Deutsche Unternehmen sind noch sehr konservativ, wenn es um die Auslagerung von Geschäftsprozessen geht, und dies wird sich auch in absehbarer Zeit nicht dramatisch ändern. Kulturelle Faktoren, wie die Angst vor Kontroll- oder Qualitätsverlust, stellen noch größere Hürden dar als die arbeitsmarktrechtlichen Limitationen. Deutschland, der zweitgrößte Markt für IT-Services in Europa, ist kein ‘Fast Adopter’ von BPO-Diensten, und BPO wird in absehbarer Zeit kein Massenmarktphänomen werden.
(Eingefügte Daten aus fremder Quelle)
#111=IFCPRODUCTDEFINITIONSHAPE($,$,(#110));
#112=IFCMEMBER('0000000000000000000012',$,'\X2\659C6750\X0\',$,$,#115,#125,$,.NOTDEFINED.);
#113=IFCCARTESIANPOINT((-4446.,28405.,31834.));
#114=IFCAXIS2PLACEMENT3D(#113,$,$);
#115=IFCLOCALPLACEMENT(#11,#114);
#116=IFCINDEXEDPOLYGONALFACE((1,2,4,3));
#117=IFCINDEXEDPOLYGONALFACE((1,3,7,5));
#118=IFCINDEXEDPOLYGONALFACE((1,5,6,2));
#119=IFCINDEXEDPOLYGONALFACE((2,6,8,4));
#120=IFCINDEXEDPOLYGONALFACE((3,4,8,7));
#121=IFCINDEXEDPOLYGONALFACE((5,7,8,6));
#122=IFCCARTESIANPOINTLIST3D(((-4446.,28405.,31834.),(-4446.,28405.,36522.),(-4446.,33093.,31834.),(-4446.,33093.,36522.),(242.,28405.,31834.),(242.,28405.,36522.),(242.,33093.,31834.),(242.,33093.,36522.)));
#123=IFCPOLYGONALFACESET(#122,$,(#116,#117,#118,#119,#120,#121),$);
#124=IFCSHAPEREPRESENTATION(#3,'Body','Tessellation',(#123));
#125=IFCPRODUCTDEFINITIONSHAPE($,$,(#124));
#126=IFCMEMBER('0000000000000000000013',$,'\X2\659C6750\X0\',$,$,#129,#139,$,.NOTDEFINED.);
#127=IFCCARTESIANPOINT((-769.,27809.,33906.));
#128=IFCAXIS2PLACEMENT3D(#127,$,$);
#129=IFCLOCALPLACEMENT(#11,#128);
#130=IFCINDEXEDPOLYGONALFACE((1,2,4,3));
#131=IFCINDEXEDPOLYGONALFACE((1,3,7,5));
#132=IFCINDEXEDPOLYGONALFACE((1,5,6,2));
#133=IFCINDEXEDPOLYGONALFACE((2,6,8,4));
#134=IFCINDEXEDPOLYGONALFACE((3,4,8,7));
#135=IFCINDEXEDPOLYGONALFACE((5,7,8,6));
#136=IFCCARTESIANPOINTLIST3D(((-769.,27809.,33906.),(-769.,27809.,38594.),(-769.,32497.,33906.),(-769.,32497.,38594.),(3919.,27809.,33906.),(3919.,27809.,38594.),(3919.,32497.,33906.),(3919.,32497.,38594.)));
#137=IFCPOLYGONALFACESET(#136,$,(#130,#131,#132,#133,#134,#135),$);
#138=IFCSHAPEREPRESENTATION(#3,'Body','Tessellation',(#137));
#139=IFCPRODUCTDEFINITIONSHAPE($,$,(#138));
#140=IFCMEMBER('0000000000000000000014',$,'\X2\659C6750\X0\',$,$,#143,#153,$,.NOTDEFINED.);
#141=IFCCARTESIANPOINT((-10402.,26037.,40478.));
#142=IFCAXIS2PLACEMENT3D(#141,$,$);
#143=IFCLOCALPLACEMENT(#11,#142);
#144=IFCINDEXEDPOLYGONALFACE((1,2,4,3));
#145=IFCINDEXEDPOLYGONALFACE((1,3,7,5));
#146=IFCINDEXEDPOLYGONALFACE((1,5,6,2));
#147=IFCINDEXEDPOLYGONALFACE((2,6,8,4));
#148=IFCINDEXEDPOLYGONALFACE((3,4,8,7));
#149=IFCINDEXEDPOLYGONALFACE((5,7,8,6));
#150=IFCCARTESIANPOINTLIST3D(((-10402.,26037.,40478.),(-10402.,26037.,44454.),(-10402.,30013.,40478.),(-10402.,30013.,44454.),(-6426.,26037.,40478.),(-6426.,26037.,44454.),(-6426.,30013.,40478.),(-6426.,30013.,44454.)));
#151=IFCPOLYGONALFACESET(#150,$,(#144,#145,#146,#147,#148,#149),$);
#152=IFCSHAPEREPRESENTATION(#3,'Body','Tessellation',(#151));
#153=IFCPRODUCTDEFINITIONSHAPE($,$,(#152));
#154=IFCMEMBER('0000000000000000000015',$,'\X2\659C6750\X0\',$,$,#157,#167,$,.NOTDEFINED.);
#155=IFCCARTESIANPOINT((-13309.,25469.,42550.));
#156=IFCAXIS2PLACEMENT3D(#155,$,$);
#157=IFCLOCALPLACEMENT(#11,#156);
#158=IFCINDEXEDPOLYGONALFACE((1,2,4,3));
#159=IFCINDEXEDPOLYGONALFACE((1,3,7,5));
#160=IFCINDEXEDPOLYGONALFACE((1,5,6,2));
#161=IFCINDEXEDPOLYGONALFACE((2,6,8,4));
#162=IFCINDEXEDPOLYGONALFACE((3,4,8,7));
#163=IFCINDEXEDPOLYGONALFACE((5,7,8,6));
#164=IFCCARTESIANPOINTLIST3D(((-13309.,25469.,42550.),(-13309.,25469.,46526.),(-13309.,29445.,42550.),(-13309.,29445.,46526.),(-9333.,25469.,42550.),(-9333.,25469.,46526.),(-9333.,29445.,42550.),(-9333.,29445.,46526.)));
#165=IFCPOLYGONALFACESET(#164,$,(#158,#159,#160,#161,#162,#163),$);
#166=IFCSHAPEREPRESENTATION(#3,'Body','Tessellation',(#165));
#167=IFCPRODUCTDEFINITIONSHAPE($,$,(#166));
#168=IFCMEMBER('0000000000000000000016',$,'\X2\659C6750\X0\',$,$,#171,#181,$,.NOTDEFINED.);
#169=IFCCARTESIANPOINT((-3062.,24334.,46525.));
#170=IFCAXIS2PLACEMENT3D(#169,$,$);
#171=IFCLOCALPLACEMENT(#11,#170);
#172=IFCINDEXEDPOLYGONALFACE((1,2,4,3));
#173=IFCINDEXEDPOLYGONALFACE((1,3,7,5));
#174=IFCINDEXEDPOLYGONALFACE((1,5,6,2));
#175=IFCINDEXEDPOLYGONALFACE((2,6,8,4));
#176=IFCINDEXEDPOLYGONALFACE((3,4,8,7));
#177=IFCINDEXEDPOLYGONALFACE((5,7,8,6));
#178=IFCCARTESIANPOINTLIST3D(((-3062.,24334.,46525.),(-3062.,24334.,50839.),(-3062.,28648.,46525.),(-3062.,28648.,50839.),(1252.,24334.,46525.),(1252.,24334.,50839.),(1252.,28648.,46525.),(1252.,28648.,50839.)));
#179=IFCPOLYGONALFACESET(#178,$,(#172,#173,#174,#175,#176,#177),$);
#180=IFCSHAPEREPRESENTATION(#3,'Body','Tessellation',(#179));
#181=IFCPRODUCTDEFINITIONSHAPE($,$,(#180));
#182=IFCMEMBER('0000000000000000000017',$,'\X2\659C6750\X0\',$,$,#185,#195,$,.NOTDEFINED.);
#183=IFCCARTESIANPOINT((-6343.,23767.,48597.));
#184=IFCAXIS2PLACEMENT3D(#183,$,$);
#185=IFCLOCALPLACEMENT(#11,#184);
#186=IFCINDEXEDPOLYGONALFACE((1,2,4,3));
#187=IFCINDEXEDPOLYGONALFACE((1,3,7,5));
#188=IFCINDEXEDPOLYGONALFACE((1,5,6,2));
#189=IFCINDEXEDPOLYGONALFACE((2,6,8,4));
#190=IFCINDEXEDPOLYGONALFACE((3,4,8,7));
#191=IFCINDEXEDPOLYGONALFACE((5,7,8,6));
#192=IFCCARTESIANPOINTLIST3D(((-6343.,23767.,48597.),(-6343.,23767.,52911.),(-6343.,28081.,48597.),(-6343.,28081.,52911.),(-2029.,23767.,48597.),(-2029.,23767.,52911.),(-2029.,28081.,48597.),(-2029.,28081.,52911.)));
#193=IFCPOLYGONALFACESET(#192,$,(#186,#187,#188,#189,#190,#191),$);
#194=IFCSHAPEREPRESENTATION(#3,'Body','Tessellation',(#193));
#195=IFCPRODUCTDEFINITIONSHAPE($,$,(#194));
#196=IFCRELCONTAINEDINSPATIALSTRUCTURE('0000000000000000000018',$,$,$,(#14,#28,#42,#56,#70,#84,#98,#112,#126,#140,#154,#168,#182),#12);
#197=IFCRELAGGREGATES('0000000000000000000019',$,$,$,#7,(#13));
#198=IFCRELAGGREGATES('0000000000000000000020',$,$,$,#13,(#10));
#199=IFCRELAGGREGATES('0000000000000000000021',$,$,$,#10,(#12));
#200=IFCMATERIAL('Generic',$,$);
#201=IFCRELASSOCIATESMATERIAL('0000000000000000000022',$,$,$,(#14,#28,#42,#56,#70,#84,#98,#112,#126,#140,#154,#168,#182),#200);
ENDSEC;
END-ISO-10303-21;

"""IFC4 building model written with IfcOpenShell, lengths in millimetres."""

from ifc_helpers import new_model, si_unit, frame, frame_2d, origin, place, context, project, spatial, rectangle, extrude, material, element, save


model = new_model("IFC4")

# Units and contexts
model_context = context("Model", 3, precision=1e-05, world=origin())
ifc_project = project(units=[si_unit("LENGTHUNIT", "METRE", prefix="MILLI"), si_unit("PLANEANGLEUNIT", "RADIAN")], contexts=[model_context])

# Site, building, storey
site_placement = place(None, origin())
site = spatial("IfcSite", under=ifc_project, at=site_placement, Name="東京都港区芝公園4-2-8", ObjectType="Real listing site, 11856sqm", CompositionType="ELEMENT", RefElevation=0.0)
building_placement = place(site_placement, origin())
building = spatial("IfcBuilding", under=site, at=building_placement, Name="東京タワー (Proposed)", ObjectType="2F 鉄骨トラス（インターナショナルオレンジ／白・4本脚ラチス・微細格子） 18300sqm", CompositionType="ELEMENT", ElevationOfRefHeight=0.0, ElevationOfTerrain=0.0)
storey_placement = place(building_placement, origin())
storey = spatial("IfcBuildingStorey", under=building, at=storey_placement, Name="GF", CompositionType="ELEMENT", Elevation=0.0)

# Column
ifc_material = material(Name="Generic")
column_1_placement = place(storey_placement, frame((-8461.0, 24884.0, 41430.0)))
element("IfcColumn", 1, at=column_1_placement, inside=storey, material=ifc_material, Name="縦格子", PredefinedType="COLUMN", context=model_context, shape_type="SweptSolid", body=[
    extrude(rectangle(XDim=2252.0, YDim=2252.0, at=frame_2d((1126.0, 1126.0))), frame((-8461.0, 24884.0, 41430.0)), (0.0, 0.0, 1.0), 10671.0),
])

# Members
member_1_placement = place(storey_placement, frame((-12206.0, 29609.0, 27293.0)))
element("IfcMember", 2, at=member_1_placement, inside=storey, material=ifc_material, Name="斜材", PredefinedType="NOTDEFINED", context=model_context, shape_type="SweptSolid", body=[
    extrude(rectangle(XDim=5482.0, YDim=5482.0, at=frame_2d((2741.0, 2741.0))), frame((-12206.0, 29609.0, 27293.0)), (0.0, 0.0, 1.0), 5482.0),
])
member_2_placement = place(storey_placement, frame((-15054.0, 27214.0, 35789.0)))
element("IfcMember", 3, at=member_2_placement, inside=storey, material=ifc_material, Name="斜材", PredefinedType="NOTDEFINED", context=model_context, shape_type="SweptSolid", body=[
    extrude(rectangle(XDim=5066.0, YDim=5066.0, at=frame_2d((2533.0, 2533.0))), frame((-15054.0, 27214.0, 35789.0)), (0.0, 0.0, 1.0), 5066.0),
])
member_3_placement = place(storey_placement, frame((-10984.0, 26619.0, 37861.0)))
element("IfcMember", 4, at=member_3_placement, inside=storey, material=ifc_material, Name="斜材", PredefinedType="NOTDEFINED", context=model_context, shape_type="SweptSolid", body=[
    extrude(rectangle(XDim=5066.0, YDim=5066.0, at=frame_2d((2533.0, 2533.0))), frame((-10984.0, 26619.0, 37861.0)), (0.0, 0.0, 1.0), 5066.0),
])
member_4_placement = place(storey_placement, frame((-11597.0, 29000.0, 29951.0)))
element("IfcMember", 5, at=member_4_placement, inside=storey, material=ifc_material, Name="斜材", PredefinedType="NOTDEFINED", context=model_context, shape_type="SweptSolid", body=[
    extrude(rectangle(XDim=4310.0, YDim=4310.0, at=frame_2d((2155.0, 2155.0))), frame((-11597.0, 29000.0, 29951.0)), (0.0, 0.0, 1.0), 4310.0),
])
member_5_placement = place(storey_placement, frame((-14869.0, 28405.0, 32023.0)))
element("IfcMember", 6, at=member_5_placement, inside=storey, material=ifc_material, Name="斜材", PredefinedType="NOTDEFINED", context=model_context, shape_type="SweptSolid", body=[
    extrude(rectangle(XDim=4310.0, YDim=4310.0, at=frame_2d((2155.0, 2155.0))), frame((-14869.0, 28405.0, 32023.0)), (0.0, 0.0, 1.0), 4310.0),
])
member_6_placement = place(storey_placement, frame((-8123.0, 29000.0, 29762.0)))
BPO-Anbieter, die sich in Deutschland positionieren wollen, um langfristig von den Wachstumschancen zu profitieren, müssen drei Kernkompetenzen vorweisen:
* Sie müssen Prozess-Know-how durch Referenzen und Erfolgsstories, möglichst von deutschen oder deutschlandnahen Kunden, nachweisen;
* Sie müsen detailliertes Know-how der Industriesektoren besitzen, die sie mit BPO-Diensten adressieren;
* Sie müssen langfristig in die Vertrauensbildung beim Kunden investieren und die Bereitstellung von BPO-Diensten als langfristige strategische Partnerschaft offerieren.